[[ Given data open ]]

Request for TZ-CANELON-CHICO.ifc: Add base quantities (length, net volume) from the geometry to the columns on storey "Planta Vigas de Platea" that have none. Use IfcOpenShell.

First a look at what the model holds.

```python
import ifcopenshell
import ifcopenshell.util.element
import ifcopenshell.util.unit

model = ifcopenshell.open("TZ-CANELON-CHICO.ifc")
print(model.schema)
for unit_type in ("LENGTHUNIT", "AREAUNIT", "VOLUMEUNIT"):
    print(unit_type, ifcopenshell.util.unit.calculate_unit_scale(model, unit_type))
storey = next(s for s in model.by_type("IfcBuildingStorey") if s.Name == "Planta Vigas de Platea")
columns = [e for e in ifcopenshell.util.element.get_decomposition(storey) if e.is_a("IfcColumn")]
for e in sorted(columns, key=lambda e: e.id()):
    print(e.id(), e.is_a(), e.Name, list(ifcopenshell.util.element.get_psets(e, qtos_only=True)), sep=" | ")
```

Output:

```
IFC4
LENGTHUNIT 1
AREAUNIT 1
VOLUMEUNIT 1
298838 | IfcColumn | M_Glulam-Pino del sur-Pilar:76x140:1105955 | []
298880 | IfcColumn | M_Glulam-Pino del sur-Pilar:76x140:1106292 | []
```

```python
import ifcopenshell
import ifcopenshell.api.pset
import ifcopenshell.geom
import ifcopenshell.util.element
import ifcopenshell.util.shape
import ifcopenshell.util.unit

model = ifcopenshell.open("TZ-CANELON-CHICO.ifc")
unit_scale = ifcopenshell.util.unit.calculate_unit_scale(model)
volume_scale = ifcopenshell.util.unit.calculate_unit_scale(model, "VOLUMEUNIT")
settings = ifcopenshell.geom.settings()

storey = next(s for s in model.by_type("IfcBuildingStorey") if s.Name == "Planta Vigas de Platea")
columns = [e for e in ifcopenshell.util.element.get_decomposition(storey) if e.is_a("IfcColumn")]

for e in sorted(columns, key=lambda e: e.id()):
    if ifcopenshell.util.element.get_psets(e, qtos_only=True, should_inherit=False):
        continue
    # Geometry comes back in metres, in the element's own axes.
    shape = ifcopenshell.geom.create_shape(settings, e)
    values = {
        "Length": ifcopenshell.util.shape.get_z(shape.geometry) / unit_scale,
        "NetVolume": ifcopenshell.util.shape.get_volume(shape.geometry) / volume_scale,
    }
    qto = ifcopenshell.api.pset.add_qto(model, product=e, name="Qto_ColumnBaseQuantities")
    ifcopenshell.api.pset.edit_qto(model, qto=qto, properties=values)
    print(e.id(), {k: round(v, 3) for k, v in values.items()})

model.write("TZ-CANELON-CHICO_v2.ifc")
```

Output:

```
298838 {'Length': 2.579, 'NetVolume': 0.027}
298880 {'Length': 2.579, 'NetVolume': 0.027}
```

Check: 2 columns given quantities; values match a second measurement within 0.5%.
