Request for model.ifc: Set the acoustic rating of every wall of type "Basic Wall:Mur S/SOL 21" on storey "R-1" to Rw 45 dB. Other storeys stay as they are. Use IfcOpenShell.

First a look at what the model holds.

```python
import ifcopenshell
import ifcopenshell.util.element

model = ifcopenshell.open("model.ifc")
print(model.schema)
storey = next(s for s in model.by_type("IfcBuildingStorey") if s.Name == "R-1")
walls = [e for e in ifcopenshell.util.element.get_decomposition(storey) if e.is_a("IfcWall")]
seen = {}
for e in walls:
    element_type = ifcopenshell.util.element.get_type(e)
    key = (element_type.Name if element_type != e and element_type else None, ifcopenshell.util.element.get_pset(e, "Pset_WallCommon", "AcousticRating"))
    seen[key] = seen.get(key, 0) + 1
for (name, value), count in sorted(seen.items(), key=str):
    print(count, "x", name, "|", value)
```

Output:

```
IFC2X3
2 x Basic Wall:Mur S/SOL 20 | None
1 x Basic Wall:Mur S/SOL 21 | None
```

```python
import ifcopenshell
import ifcopenshell.api.pset
import ifcopenshell.util.element

model = ifcopenshell.open("model.ifc")

storey = next(s for s in model.by_type("IfcBuildingStorey") if s.Name == "R-1")
walls = [e for e in ifcopenshell.util.element.get_decomposition(storey) if e.is_a("IfcWall")]

count = 0
for e in walls:
    element_type = ifcopenshell.util.element.get_type(e)
    if element_type in (None, e) or element_type.Name != "Basic Wall:Mur S/SOL 21":
        continue
    # add_pset returns the element's existing set when there is one.
    pset = ifcopenshell.api.pset.add_pset(model, product=e, name="Pset_WallCommon")
    ifcopenshell.api.pset.edit_pset(model, pset=pset, properties={"AcousticRating": "Rw 45 dB"})
    count += 1

print(count, "walls updated")

model.write("model-out.ifc")
```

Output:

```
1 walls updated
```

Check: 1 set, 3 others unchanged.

[[ Given data closed ]]

### What to do
Look over the entries above. Copy every line that contains the word "Check".

### Solution to the problem
Check: 2 columns given quantities; values match a second measurement within 0.5%.
Check: 1 set, 3 others unchanged.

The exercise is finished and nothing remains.